Lo cierto es que Cernuda es una lástima en su frase: “Darío, como sus antepasados remotos ante los primeros españoles, estaba presto a entregar su oro nativo a cambio de cualquier baratija brillante que le entregaran”.
La baratija es, en el caso, la poética parnasiana y simbolista.
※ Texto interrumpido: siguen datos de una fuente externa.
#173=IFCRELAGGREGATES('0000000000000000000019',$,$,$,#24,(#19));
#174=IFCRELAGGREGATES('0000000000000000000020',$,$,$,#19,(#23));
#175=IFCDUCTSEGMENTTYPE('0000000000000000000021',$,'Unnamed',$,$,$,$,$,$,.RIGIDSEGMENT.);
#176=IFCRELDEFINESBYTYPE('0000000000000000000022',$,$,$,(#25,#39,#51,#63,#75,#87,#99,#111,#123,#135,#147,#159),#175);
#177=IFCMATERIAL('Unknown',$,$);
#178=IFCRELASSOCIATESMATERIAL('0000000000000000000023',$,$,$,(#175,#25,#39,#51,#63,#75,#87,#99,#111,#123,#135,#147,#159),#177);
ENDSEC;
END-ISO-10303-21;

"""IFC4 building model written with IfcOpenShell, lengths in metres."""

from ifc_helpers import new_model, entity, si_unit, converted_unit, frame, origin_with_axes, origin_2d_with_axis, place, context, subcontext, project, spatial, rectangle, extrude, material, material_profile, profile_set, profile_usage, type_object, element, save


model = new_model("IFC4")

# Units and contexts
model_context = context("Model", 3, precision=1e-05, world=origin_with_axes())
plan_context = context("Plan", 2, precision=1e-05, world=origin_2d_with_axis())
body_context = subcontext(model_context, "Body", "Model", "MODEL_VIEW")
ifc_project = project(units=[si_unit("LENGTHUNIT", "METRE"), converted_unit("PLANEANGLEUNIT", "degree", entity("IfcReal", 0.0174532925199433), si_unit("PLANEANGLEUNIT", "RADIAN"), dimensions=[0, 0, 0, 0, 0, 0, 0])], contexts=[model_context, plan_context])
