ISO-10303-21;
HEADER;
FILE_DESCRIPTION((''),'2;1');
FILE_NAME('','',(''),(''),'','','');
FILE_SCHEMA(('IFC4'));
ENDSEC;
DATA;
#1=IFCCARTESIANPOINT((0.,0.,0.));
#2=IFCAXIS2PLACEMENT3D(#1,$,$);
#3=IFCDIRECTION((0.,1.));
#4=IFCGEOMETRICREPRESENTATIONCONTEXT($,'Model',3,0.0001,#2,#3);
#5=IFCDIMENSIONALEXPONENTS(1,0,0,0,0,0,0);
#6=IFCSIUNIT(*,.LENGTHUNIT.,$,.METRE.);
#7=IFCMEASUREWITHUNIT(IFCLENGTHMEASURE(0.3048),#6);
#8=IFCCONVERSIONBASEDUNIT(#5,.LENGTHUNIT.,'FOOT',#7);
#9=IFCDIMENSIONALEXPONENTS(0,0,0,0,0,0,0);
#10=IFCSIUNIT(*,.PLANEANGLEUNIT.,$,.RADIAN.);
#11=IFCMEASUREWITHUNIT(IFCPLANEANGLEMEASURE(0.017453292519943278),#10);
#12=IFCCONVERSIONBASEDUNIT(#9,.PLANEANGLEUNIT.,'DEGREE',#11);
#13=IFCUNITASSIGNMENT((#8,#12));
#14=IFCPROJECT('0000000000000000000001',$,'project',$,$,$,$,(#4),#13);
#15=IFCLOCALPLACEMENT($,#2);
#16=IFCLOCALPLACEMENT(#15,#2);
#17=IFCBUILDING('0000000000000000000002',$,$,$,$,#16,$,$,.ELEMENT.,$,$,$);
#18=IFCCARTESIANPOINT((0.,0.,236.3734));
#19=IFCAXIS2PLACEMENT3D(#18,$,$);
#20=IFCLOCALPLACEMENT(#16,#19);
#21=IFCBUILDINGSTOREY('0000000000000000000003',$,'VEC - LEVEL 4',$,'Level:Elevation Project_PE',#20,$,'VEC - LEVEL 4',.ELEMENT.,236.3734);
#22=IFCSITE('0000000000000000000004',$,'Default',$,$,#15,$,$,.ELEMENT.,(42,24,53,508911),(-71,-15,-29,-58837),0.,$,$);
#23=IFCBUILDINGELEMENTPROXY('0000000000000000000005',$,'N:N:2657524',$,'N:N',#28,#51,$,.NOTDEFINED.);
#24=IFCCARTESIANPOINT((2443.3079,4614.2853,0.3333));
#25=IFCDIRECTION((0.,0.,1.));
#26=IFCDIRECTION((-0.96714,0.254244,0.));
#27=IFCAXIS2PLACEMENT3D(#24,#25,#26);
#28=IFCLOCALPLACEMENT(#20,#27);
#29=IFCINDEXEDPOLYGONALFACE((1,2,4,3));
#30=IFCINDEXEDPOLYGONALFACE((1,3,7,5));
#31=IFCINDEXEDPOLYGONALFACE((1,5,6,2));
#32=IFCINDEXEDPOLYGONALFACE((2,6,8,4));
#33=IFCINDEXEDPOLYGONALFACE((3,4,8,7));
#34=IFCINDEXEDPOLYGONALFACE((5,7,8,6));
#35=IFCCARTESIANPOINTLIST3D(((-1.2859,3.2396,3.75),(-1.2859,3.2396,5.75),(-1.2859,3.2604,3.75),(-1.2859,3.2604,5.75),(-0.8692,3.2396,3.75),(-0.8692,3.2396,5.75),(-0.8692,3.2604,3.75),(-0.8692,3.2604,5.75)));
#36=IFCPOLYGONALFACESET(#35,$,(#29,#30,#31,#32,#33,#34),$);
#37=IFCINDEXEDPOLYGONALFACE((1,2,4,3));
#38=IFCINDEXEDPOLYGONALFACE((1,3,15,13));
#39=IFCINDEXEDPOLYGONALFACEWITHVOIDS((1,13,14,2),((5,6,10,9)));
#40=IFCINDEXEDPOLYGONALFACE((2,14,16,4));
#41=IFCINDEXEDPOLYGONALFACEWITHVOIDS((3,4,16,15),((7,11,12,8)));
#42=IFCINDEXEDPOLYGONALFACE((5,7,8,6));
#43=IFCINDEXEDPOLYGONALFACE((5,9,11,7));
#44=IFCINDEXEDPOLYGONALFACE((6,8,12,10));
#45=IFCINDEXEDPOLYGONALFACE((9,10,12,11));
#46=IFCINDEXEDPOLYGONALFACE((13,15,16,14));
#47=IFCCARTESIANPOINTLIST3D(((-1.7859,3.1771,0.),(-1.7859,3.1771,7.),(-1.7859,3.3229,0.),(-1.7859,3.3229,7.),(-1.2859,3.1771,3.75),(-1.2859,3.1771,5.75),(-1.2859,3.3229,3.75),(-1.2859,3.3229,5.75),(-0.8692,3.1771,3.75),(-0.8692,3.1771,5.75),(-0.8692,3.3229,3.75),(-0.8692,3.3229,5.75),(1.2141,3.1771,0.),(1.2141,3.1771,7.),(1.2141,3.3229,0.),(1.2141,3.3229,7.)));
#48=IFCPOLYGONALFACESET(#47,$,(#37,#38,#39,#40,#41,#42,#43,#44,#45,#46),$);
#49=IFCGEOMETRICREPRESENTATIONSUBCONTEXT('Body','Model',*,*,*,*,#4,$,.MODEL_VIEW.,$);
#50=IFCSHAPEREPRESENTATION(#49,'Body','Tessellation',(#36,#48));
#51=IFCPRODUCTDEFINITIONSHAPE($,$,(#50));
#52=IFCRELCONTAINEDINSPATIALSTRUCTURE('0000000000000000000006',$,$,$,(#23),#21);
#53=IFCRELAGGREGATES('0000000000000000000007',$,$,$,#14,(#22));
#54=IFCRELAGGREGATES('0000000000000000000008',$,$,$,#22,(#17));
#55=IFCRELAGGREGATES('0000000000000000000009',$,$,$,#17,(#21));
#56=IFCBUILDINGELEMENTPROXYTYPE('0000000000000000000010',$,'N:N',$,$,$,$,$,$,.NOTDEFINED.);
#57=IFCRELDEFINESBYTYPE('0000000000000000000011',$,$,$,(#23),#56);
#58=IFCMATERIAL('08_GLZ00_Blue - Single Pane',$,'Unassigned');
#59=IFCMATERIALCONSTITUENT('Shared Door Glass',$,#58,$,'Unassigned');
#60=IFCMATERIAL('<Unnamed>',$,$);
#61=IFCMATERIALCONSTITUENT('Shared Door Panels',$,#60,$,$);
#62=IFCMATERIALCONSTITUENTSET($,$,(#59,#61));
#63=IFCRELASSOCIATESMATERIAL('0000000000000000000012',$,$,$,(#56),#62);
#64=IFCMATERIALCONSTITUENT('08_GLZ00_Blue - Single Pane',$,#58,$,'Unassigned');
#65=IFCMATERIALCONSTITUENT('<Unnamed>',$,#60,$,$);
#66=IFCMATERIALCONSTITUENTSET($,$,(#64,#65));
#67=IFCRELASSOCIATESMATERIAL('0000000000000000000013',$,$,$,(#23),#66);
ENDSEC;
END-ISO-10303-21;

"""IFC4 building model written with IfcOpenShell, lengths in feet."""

from ifc_helpers import new_model, entity, si_unit, converted_unit, direction, frame, origin, place, context, subcontext, project, spatial, indexed_curve, outline, extrude, source, transform, mapped, material, constituent, constituent_set, type_object, type_shapes, element, save


model = new_model("IFC4")

# Units and contexts
model_context = context("Model", 3, precision=0.0001, world=origin(), true_north=direction((0.0, 1.0)))
body_context = subcontext(model_context, "Body", "Model", "MODEL_VIEW")
ifc_project = project(units=[converted_unit("LENGTHUNIT", "FOOT", entity("IfcLengthMeasure", 0.3048), si_unit("LENGTHUNIT", "METRE"), dimensions=[1, 0, 0, 0, 0, 0, 0]), converted_unit("PLANEANGLEUNIT", "DEGREE", entity("IfcPlaneAngleMeasure", 0.017453292519943278), si_unit("PLANEANGLEUNIT", "RADIAN"), dimensions=[0, 0, 0, 0, 0, 0, 0])], contexts=[model_context])

# Site, building, storey
site_placement = place(None, origin())
site = spatial("IfcSite", under=ifc_project, at=site_placement, Name="Default", CompositionType="ELEMENT", RefLatitude=(42, 24, 53, 508911), RefLongitude=(-71, -15, -29, -58837), RefElevation=0.0)
building_placement = place(site_placement, origin())
building = spatial("IfcBuilding", under=site, at=building_placement, CompositionType="ELEMENT")
storey_placement = place(building_placement, frame((0.0, 0.0, 236.3734)))
storey = spatial("IfcBuildingStorey", under=building, at=storey_placement, Name="VEC - LEVEL 4", ObjectType="Level:Elevation Project_PE", LongName="VEC - LEVEL 4", CompositionType="ELEMENT", Elevation=236.3734)

# Shared definitions
ifc_material_1 = material(Name="<Unnamed>")

# Building element proxy
ifc_material_2 = material(Name="08_GLZ00_Blue - Single Pane", Category="Unassigned")
ifc_constituent_1 = constituent(ifc_material_2, Name="08_GLZ00_Blue - Single Pane", Category="Unassigned")
ifc_constituent_2 = constituent(ifc_material_1, Name="<Unnamed>")
ifc_constituent_set_1 = constituent_set(constituents=[ifc_constituent_1, ifc_constituent_2])
ifc_constituent_3 = constituent(ifc_material_2, Name="Shared Door Glass", Category="Unassigned")
ifc_constituent_4 = constituent(ifc_material_1, Name="Shared Door Panels")
ifc_constituent_set_2 = constituent_set(constituents=[ifc_constituent_3, ifc_constituent_4])
building_element_proxy_type = type_object("IfcBuildingElementProxyType", Name="N:N", PredefinedType="NOTDEFINED", material=ifc_constituent_set_2)
shared_shape = source(origin(), body_context, "Body", "SweptSolid", [
    extrude(outline(indexed_curve([(-0.0104, -0.2083), (0.0104, -0.2083), (0.0104, 0.2083), (-0.0104, 0.2083), (-0.0104, -0.2083)], self_intersect=False)), frame((-1.0775, 3.25, 3.75), z_axis=(0.0, 0.0, 1.0), x_axis=(0.0, 1.0, 0.0)), (0.0, 0.0, 1.0), 2.0),
    extrude(outline(indexed_curve([(-3.5, -1.5), (3.5, -1.5), (3.5, 1.5), (-3.5, 1.5), (-3.5, -1.5)], self_intersect=False), holes=[indexed_curve([(-2.25, 0.5833), (-2.25, 1.0), (-0.25, 1.0), (-0.25, 0.5833), (-2.25, 0.5833)], self_intersect=False)]), frame((-0.2859, 3.1771, 3.5), z_axis=(0.0, 1.0, 0.0), x_axis=(0.0, 0.0, -1.0)), (0.0, 0.0, 1.0), 0.1458),
])
type_shapes(building_element_proxy_type, [shared_shape])
proxy_placement = place(storey_placement, frame((2443.3079, 4614.2853, 0.3333), z_axis=(0.0, 0.0, 1.0), x_axis=(-0.96714, 0.254244, 0.0)))
element("IfcBuildingElementProxy", 1, at=proxy_placement, inside=storey, type_object=building_element_proxy_type, material=ifc_constituent_set_1, Name="N:N:2657524", ObjectType="N:N", PredefinedType="NOTDEFINED", context=body_context, shape_type="MappedRepresentation", body=[
    mapped(shared_shape, transform((0.0, 0.0, 0.0), scale=1.0)),
])

save(model, "model.ifc")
A continuación el sevillano hace suya la sentencia de C.M. Bowra: “Aún siendo apóstol ferviente de los simbolistas, es posible dudar que comprendiese su propósito esencial”; pero que corre bastante más lejos cuando niega que “Darío fuera un poeta simbolista, ni tampoco que el modernismo fuera movimiento poético equivalente al simbolismo francés. En cambio, tanto Darío como el modernismo son afines a lo parnasiano”. Temeraria y polémica proposición pretende disminuir a todas luces no sólo la vigencia sino la originalidad de esta poesía.
Por contrapunto, Borges –que no se casa con nadie– afirma en su estudio sobre Leopoldo Lugones, al reexaminar el modernismo: “Dos poetas norteamericanos, Edgar Allan Poe y Walt Whitman, habían influido esencialmente, por su teoría y por su obra, en la literatura francesa; Rubén Darío, hombre de Hispanoamérica, recoge este influjo a través de la escuela simbolista, y lo lleva a España”. “En este último país no es un forastero; se ha incorporado a la tradición nacional, y se habla de él como de Garcilaso o de Góngora”.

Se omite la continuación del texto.